= WHAT TO DO =
The reply to the records below should contain exactly the lines from the line with "#23=IFCINDEXEDPOLYGONALFACE((1,3,7,5));" through the line with "END-ISO-10303-21;", and nothing besides.
|---|
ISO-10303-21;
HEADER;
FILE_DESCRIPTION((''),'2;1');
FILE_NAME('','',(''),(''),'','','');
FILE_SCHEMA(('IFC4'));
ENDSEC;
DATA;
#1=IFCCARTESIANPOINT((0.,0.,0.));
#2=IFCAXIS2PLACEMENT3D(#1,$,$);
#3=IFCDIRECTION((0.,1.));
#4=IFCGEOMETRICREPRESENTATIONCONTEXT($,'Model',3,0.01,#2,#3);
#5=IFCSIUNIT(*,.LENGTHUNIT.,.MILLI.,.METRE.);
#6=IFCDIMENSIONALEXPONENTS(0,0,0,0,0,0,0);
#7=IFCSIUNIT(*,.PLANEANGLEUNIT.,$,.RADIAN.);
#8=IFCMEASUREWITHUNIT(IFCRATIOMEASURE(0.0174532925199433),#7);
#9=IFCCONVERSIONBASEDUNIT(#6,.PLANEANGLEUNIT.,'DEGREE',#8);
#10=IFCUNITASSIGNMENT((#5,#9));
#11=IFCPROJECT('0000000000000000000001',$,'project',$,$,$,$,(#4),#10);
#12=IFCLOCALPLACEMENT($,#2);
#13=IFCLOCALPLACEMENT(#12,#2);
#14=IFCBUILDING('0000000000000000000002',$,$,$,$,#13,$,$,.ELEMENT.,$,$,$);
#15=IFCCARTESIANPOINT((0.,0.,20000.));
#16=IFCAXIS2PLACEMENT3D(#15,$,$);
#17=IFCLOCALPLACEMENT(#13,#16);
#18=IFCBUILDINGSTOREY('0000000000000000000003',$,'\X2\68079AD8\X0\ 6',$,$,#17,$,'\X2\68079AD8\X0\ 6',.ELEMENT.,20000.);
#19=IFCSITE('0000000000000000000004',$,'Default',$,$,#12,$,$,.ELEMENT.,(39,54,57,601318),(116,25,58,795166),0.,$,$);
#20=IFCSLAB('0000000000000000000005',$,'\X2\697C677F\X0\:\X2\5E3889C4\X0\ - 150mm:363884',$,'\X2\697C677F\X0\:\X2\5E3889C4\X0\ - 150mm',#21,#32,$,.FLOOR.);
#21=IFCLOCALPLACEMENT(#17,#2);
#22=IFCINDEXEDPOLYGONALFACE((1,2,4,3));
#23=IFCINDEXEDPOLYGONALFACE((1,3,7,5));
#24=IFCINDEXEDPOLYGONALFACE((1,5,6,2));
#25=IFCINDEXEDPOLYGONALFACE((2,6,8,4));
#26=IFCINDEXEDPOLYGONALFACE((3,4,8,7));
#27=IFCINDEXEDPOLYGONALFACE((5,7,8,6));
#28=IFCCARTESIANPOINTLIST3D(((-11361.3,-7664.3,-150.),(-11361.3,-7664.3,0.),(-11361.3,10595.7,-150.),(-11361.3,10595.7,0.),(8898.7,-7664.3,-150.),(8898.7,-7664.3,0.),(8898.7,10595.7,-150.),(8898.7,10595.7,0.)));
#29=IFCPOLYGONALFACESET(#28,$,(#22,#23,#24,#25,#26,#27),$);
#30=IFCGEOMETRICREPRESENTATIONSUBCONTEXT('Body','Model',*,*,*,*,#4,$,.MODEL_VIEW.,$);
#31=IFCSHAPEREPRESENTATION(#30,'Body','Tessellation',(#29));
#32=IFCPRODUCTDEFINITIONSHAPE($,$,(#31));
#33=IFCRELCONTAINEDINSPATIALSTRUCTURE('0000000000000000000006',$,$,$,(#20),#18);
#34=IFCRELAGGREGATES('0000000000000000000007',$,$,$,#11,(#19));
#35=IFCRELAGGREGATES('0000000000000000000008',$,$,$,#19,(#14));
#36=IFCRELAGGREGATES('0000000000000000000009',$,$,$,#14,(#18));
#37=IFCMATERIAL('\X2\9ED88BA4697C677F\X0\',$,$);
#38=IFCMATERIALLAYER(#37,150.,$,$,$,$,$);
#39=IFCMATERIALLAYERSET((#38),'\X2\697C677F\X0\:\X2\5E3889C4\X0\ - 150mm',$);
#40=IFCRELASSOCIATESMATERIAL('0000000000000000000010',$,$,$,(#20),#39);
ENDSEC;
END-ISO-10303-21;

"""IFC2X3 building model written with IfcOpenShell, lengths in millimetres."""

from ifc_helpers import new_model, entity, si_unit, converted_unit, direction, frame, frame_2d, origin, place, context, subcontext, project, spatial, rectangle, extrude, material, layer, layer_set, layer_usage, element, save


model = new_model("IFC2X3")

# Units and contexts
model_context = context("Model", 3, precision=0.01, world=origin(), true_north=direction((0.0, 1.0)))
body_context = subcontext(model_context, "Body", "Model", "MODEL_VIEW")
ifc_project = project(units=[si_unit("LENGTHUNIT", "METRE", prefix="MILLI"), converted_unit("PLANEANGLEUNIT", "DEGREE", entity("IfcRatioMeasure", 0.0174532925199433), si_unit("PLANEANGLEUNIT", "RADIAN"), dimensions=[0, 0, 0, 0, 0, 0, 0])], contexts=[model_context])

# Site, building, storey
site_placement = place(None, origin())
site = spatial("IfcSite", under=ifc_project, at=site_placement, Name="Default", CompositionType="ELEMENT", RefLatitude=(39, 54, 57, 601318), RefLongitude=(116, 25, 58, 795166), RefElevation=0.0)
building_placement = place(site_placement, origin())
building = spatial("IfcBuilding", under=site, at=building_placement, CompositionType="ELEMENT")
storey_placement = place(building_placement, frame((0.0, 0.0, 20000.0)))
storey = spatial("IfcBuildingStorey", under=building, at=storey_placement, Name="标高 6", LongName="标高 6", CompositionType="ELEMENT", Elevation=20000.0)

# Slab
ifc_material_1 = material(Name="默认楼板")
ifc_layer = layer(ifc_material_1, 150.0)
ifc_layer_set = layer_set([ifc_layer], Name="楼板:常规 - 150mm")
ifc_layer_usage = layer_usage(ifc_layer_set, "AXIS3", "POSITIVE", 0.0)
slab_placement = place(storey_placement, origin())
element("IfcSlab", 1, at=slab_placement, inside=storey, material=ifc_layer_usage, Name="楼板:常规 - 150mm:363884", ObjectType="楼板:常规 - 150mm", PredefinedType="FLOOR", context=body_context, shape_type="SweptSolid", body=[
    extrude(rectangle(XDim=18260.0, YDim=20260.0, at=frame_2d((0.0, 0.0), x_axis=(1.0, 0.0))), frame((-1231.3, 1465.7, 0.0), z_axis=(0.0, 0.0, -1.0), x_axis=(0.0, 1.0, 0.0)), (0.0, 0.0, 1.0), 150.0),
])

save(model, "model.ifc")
|---|
= EXERCISE RESPONSE =
#23=IFCINDEXEDPOLYGONALFACE((1,3,7,5));
#24=IFCINDEXEDPOLYGONALFACE((1,5,6,2));
#25=IFCINDEXEDPOLYGONALFACE((2,6,8,4));
#26=IFCINDEXEDPOLYGONALFACE((3,4,8,7));
#27=IFCINDEXEDPOLYGONALFACE((5,7,8,6));
#28=IFCCARTESIANPOINTLIST3D(((-11361.3,-7664.3,-150.),(-11361.3,-7664.3,0.),(-11361.3,10595.7,-150.),(-11361.3,10595.7,0.),(8898.7,-7664.3,-150.),(8898.7,-7664.3,0.),(8898.7,10595.7,-150.),(8898.7,10595.7,0.)));
#29=IFCPOLYGONALFACESET(#28,$,(#22,#23,#24,#25,#26,#27),$);
#30=IFCGEOMETRICREPRESENTATIONSUBCONTEXT('Body','Model',*,*,*,*,#4,$,.MODEL_VIEW.,$);
#31=IFCSHAPEREPRESENTATION(#30,'Body','Tessellation',(#29));
#32=IFCPRODUCTDEFINITIONSHAPE($,$,(#31));
#33=IFCRELCONTAINEDINSPATIALSTRUCTURE('0000000000000000000006',$,$,$,(#20),#18);
#34=IFCRELAGGREGATES('0000000000000000000007',$,$,$,#11,(#19));
#35=IFCRELAGGREGATES('0000000000000000000008',$,$,$,#19,(#14));
#36=IFCRELAGGREGATES('0000000000000000000009',$,$,$,#14,(#18));
#37=IFCMATERIAL('\X2\9ED88BA4697C677F\X0\',$,$);
#38=IFCMATERIALLAYER(#37,150.,$,$,$,$,$);
#39=IFCMATERIALLAYERSET((#38),'\X2\697C677F\X0\:\X2\5E3889C4\X0\ - 150mm',$);
#40=IFCRELASSOCIATESMATERIAL('0000000000000000000010',$,$,$,(#20),#39);
ENDSEC;
END-ISO-10303-21;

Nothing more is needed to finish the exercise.